Work instructions: Please determine how many lines of the material include the word "IFCRELDEFINESBYTYPE", and respond with nothing but that number.

Record extracts:
━━━━━━

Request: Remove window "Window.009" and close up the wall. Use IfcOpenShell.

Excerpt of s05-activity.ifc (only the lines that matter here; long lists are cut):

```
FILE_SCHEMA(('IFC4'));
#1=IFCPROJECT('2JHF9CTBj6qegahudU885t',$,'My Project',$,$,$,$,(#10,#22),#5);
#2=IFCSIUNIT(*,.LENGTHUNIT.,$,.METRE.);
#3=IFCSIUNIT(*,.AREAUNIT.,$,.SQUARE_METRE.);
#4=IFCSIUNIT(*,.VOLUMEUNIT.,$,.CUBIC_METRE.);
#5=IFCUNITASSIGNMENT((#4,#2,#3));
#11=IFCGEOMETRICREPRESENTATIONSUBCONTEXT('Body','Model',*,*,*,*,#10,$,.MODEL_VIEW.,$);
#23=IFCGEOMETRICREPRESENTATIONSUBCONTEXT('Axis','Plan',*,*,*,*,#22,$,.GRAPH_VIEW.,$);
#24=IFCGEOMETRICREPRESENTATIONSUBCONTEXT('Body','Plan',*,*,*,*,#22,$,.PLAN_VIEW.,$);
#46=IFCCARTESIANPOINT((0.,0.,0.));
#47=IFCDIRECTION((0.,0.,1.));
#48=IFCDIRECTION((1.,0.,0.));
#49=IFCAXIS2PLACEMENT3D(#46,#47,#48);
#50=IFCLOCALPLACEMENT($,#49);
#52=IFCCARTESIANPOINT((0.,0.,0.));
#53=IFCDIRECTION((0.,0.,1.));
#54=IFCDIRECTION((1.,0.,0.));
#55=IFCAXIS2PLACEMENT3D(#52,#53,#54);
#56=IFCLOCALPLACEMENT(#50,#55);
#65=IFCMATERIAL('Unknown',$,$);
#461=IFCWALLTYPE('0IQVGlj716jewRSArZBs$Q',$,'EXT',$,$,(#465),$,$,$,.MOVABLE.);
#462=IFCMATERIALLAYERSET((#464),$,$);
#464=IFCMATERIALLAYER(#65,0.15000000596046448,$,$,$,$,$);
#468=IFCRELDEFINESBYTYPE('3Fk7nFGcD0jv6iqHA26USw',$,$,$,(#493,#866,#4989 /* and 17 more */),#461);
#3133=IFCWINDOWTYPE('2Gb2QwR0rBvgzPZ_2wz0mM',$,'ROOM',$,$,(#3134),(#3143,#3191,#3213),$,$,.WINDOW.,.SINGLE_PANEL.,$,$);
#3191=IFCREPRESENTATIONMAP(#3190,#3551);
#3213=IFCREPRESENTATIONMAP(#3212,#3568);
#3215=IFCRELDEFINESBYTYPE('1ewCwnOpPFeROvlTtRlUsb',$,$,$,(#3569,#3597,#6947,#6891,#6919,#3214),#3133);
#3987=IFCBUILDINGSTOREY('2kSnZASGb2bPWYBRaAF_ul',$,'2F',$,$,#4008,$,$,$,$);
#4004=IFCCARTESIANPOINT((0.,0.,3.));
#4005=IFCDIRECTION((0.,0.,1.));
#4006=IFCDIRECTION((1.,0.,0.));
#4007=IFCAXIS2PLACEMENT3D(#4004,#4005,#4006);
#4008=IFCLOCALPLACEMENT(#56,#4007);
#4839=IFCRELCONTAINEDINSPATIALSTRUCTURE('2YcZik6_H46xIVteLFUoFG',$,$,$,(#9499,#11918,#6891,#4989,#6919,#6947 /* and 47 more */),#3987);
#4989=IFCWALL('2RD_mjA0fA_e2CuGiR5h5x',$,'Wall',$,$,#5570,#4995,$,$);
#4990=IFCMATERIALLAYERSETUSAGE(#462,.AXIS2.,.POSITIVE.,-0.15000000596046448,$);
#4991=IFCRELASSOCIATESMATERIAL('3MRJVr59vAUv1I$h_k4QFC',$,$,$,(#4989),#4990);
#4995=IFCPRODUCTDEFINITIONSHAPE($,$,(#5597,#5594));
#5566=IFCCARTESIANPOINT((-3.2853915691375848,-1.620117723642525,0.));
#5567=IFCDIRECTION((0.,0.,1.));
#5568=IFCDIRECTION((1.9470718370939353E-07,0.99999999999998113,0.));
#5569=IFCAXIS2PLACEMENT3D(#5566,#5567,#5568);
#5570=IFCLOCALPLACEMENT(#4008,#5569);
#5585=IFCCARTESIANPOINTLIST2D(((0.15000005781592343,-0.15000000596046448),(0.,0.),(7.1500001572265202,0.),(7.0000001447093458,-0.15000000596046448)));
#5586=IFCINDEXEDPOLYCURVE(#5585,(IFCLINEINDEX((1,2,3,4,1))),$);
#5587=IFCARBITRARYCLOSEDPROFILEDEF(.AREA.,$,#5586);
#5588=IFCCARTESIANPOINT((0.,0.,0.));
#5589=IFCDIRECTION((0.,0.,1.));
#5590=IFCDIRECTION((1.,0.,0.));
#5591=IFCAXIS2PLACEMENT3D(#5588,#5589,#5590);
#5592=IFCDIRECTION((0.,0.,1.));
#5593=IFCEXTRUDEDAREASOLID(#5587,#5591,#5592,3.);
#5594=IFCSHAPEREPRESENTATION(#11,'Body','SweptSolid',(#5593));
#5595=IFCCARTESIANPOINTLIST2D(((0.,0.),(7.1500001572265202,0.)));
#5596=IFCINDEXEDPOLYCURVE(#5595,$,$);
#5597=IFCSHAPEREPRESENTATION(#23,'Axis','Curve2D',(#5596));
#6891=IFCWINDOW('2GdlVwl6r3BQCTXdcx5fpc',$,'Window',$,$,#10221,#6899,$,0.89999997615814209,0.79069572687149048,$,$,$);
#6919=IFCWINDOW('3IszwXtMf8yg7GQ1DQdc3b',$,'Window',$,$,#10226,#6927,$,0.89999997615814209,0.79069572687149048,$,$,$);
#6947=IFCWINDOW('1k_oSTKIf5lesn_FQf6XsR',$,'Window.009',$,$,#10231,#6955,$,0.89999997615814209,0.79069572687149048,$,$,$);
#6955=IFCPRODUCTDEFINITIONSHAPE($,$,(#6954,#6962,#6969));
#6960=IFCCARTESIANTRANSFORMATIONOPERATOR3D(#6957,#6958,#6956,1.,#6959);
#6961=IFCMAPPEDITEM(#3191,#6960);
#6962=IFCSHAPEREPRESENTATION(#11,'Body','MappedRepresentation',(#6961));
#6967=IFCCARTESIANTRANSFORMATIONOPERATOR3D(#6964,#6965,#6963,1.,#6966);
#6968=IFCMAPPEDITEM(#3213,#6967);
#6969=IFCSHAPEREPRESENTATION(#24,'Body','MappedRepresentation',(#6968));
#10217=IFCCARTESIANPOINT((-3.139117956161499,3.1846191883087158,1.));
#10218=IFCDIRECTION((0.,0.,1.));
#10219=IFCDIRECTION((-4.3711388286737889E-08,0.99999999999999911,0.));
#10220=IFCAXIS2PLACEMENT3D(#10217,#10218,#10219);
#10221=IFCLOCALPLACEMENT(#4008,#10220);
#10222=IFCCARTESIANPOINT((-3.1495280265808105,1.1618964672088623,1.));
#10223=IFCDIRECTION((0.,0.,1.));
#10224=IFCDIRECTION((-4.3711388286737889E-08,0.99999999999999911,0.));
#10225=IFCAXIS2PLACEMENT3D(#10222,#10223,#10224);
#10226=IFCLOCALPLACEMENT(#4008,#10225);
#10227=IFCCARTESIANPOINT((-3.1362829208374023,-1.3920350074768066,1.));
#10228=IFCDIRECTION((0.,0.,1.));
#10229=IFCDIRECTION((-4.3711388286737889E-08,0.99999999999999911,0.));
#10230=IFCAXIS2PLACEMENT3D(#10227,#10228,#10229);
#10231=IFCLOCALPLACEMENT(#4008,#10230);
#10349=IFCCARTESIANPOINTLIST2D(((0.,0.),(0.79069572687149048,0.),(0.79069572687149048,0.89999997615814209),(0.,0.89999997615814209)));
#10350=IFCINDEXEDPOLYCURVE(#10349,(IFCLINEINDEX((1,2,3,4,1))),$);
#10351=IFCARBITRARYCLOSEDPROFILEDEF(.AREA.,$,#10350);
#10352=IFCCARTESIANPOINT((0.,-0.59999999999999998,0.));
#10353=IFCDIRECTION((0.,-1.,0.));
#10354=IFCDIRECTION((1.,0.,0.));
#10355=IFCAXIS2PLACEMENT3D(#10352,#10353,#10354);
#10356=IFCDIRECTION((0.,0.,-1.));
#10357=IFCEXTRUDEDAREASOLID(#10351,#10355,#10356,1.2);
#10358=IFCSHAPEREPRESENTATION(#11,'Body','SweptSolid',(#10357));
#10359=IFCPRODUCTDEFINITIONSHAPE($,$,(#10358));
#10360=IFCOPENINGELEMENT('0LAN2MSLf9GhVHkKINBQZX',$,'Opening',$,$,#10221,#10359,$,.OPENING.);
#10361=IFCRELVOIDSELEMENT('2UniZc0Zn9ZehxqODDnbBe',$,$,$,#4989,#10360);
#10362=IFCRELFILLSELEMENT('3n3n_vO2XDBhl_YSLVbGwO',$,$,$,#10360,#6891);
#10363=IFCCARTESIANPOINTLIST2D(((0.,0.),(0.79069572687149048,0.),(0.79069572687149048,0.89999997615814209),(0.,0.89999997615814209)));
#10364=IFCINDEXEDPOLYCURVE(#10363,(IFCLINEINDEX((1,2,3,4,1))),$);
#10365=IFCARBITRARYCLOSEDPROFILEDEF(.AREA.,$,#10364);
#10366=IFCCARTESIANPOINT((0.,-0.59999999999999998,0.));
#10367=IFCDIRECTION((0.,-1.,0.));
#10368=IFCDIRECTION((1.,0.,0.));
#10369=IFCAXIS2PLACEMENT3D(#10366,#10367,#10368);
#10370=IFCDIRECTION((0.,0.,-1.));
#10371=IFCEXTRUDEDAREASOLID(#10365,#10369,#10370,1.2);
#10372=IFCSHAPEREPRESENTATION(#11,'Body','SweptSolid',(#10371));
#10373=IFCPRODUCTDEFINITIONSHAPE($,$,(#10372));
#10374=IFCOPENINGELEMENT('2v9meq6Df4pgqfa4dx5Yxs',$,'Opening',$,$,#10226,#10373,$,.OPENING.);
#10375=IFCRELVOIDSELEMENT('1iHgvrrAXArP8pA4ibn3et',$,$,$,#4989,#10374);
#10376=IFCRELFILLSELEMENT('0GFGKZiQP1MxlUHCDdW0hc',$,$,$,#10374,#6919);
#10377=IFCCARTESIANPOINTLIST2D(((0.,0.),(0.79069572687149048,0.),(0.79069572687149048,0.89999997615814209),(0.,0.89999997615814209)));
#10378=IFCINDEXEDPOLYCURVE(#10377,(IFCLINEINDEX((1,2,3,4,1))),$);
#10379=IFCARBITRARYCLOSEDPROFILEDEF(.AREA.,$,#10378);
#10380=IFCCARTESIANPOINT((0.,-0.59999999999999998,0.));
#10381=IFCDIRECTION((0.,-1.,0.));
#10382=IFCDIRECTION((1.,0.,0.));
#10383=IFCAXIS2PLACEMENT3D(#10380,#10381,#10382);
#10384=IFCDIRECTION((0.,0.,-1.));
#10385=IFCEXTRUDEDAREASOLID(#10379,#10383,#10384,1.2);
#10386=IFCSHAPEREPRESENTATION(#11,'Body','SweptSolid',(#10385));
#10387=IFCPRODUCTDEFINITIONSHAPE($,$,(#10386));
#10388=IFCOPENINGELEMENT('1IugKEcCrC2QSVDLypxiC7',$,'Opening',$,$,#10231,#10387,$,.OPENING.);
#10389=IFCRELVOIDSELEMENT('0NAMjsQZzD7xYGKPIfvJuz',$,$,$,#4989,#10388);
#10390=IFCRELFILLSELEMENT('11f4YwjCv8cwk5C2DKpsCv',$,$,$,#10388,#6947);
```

```python
import ifcopenshell
import ifcopenshell.api.feature
import ifcopenshell.api.root
import ifcopenshell.geom
import ifcopenshell.util.shape

model = ifcopenshell.open("s05-activity.ifc")
settings = ifcopenshell.geom.settings()


def volume(element):
    """Net volume in cubic metres, openings subtracted."""
    shape = ifcopenshell.geom.create_shape(settings, element)
    return ifcopenshell.util.shape.get_volume(shape.geometry)


window = model.by_id(6947)
opening = window.FillsVoids[0].RelatingOpeningElement
wall = opening.VoidsElements[0].RelatingBuildingElement
before = volume(wall)

ifcopenshell.api.root.remove_product(model, product=window)
ifcopenshell.api.feature.remove_feature(model, feature=opening)

after = volume(wall)

print(f"wall volume {before:.3f} -> {after:.3f} m3")

model.write("s05-activity_v2.ifc")
```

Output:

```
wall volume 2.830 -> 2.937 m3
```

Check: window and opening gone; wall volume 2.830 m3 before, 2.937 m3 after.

━━━━━━

Solved exercise: 2